EXERCISE DETAILS — The lines to reproduce from the material below are those from the one containing "#165=IFCINDEXEDPOLYGONALFACE((1,3,7,5));" through the one containing "#169=IFCINDEXEDPOLYGONALFACE((5,7,8,6));", both included; write them out exactly and add nothing.

RAW DATA —
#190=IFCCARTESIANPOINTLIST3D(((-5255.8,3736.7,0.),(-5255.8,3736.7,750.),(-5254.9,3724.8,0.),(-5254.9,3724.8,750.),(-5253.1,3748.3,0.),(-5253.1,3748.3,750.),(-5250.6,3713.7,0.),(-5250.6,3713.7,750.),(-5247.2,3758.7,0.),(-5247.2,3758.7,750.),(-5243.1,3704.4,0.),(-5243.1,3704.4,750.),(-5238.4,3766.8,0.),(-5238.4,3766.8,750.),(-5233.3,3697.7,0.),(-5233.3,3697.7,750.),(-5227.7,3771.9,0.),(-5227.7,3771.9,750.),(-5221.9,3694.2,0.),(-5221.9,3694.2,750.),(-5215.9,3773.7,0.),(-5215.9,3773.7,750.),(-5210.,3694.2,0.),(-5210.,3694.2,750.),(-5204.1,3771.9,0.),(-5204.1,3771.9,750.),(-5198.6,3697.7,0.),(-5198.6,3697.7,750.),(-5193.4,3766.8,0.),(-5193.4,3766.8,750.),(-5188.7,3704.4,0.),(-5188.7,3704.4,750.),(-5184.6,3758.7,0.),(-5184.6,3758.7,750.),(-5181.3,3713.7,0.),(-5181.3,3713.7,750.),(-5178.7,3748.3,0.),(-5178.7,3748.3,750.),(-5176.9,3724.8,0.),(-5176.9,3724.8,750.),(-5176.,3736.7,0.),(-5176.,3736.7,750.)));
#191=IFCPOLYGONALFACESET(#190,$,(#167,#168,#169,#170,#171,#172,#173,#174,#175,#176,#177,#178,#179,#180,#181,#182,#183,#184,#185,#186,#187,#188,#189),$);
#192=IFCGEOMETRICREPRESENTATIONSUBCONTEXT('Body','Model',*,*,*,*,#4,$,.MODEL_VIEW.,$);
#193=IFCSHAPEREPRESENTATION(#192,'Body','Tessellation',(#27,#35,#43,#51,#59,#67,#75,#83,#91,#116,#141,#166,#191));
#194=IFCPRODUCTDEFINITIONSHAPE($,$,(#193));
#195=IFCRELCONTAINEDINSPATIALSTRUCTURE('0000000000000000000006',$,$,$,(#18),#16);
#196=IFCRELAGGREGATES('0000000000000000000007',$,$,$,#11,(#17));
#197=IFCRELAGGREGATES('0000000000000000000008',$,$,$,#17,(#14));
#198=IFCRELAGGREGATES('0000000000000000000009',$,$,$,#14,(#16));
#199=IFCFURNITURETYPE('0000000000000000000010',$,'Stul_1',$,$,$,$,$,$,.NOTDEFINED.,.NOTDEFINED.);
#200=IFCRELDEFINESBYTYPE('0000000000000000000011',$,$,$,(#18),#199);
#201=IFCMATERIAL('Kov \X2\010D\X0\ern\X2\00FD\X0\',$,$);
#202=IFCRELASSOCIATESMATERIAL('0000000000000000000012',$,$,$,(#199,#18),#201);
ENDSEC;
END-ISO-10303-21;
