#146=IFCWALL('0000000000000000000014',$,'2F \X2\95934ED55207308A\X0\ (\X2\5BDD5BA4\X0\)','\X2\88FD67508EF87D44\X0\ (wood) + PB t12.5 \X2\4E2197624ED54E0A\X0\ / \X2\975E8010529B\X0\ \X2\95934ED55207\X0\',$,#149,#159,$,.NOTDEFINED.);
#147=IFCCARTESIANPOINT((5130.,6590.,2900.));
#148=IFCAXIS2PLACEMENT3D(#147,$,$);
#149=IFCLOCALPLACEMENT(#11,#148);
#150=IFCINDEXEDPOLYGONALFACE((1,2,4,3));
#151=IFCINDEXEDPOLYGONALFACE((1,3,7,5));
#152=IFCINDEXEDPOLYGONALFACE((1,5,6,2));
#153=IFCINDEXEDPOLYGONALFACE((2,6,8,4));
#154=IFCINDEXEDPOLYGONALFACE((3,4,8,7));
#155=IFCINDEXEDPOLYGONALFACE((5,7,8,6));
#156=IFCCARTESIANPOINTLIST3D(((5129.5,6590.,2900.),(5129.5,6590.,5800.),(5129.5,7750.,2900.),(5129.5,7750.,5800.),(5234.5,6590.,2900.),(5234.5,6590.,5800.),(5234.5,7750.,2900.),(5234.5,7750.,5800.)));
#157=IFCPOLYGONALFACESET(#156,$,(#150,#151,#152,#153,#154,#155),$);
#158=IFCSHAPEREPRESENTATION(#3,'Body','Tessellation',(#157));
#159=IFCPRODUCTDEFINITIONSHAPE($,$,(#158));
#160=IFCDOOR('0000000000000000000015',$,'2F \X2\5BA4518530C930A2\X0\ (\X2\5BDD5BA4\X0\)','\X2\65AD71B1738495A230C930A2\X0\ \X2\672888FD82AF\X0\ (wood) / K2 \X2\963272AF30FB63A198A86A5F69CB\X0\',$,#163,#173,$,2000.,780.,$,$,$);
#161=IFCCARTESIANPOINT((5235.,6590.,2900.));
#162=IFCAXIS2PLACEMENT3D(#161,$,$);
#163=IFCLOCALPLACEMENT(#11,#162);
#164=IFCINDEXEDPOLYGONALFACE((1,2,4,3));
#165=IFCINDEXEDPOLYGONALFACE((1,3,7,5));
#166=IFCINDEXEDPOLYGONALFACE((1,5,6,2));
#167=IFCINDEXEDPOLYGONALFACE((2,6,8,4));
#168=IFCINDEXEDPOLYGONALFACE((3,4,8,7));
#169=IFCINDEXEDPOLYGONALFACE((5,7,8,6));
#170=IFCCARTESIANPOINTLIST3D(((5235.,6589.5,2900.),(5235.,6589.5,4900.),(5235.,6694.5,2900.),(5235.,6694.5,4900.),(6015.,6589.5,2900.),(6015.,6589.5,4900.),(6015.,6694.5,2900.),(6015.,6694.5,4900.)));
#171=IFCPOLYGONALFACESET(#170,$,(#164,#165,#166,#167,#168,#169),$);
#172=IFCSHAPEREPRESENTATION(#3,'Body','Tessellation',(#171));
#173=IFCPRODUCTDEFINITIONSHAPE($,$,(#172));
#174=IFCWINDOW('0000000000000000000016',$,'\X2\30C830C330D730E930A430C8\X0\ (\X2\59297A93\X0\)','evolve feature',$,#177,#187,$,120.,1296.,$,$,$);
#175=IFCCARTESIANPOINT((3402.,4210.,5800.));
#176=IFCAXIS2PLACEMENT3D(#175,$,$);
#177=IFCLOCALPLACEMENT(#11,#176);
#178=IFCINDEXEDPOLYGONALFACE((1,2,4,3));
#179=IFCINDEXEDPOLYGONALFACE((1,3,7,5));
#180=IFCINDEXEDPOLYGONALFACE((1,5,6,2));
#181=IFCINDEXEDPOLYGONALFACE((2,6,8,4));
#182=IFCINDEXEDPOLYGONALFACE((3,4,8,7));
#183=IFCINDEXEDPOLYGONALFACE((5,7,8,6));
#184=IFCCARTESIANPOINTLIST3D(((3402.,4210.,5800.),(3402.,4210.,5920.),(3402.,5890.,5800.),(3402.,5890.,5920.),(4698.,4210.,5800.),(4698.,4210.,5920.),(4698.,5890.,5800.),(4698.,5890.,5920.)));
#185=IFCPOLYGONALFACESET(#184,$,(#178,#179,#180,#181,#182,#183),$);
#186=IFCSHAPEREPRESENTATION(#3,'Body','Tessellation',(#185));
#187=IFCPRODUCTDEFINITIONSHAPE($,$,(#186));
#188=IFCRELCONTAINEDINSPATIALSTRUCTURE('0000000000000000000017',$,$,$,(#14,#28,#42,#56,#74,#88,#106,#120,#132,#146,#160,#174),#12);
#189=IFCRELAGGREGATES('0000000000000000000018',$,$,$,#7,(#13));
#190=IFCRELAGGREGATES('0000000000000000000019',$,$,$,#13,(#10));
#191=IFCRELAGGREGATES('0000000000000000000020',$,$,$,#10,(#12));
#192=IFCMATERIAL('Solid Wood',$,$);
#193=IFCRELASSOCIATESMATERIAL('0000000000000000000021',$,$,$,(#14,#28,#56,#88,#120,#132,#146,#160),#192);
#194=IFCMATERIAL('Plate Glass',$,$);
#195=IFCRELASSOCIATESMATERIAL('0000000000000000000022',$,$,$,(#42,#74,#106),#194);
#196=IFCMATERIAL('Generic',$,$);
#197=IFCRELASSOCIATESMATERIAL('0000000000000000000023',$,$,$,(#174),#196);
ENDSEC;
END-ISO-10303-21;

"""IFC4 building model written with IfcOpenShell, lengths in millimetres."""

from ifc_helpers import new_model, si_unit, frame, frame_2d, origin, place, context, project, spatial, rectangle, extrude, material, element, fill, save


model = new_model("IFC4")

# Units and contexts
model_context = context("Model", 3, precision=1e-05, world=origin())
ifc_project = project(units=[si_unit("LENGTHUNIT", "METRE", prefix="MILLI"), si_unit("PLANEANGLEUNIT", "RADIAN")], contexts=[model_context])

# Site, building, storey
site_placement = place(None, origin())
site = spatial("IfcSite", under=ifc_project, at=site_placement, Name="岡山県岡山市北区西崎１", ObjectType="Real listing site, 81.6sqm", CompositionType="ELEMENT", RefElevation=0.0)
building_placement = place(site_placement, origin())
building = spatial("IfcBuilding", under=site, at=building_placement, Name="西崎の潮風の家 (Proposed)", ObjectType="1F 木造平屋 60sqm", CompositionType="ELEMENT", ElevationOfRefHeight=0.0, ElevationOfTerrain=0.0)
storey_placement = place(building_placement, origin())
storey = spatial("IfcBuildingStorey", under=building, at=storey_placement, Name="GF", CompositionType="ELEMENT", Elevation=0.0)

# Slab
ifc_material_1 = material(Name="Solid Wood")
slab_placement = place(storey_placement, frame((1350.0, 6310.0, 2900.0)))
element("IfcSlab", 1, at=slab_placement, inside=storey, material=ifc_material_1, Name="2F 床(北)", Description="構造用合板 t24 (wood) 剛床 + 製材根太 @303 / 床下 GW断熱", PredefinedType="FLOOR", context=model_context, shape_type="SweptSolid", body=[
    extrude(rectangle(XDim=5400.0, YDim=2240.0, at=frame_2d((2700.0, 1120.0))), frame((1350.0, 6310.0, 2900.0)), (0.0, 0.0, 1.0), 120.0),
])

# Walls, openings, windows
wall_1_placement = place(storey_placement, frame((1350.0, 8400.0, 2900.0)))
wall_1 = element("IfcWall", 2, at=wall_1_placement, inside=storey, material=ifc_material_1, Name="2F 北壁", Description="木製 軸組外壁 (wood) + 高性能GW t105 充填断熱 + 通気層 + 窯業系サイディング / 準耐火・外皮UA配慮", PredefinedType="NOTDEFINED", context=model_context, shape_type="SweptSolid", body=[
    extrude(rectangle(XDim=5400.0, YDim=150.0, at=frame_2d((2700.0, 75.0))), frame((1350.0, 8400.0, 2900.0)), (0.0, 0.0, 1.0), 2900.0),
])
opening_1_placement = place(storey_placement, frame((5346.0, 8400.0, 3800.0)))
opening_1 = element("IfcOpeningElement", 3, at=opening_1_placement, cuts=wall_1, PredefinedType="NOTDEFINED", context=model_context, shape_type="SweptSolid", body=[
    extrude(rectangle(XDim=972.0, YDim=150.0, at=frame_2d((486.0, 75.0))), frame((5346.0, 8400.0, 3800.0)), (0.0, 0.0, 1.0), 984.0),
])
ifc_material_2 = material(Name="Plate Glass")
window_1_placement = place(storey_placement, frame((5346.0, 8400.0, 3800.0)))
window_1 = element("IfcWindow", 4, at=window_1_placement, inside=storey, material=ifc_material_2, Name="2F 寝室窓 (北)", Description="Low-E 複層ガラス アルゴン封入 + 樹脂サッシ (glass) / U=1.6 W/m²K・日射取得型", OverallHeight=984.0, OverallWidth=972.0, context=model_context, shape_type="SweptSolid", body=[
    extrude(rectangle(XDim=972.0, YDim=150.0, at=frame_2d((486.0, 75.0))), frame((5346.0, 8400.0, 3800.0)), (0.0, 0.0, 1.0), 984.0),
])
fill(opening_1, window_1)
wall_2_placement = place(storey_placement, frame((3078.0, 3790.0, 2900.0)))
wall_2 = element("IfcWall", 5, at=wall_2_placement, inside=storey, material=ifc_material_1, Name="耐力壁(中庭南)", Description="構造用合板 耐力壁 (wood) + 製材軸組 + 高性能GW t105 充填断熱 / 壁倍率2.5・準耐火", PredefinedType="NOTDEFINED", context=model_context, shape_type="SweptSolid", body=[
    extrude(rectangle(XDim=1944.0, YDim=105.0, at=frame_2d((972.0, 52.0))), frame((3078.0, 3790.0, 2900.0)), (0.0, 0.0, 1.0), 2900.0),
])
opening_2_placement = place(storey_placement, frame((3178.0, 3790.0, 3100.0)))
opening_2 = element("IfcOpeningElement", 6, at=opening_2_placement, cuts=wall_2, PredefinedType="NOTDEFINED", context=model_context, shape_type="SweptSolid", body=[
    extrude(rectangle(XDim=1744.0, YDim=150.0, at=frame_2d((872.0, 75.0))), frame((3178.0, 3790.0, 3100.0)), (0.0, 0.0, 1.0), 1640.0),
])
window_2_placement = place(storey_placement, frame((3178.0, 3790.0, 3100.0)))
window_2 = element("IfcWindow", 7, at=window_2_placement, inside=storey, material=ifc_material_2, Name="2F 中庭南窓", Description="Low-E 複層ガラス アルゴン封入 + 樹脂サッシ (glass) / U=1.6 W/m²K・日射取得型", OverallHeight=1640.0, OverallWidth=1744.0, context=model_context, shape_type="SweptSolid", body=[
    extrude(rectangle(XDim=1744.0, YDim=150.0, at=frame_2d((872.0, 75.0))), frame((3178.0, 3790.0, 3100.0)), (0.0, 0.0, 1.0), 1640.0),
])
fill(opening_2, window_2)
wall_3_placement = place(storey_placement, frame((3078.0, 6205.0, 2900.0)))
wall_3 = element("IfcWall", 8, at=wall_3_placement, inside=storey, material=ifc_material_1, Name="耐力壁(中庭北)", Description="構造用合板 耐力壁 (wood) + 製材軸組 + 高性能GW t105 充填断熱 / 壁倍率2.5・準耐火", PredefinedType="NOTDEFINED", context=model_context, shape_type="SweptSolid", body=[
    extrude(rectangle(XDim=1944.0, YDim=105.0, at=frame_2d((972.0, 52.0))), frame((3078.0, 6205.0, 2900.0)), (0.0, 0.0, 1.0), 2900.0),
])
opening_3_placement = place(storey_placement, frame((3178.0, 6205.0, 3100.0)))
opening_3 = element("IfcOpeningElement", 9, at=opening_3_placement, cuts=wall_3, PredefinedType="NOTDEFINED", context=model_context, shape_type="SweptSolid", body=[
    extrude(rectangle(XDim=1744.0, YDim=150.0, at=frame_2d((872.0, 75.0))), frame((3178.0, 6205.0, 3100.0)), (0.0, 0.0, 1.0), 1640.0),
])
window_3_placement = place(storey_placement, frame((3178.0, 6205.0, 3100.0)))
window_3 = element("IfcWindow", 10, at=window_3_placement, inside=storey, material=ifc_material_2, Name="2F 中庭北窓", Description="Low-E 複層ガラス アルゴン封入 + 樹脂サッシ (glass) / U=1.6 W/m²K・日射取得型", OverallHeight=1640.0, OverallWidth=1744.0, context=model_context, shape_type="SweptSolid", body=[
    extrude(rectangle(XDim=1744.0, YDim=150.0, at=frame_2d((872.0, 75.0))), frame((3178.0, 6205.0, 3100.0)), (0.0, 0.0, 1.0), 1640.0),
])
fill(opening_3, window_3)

SOLUTION FOR THIS PROBLEM —
#165=IFCINDEXEDPOLYGONALFACE((1,3,7,5));
#166=IFCINDEXEDPOLYGONALFACE((1,5,6,2));
#167=IFCINDEXEDPOLYGONALFACE((2,6,8,4));
#168=IFCINDEXEDPOLYGONALFACE((3,4,8,7));
#169=IFCINDEXEDPOLYGONALFACE((5,7,8,6));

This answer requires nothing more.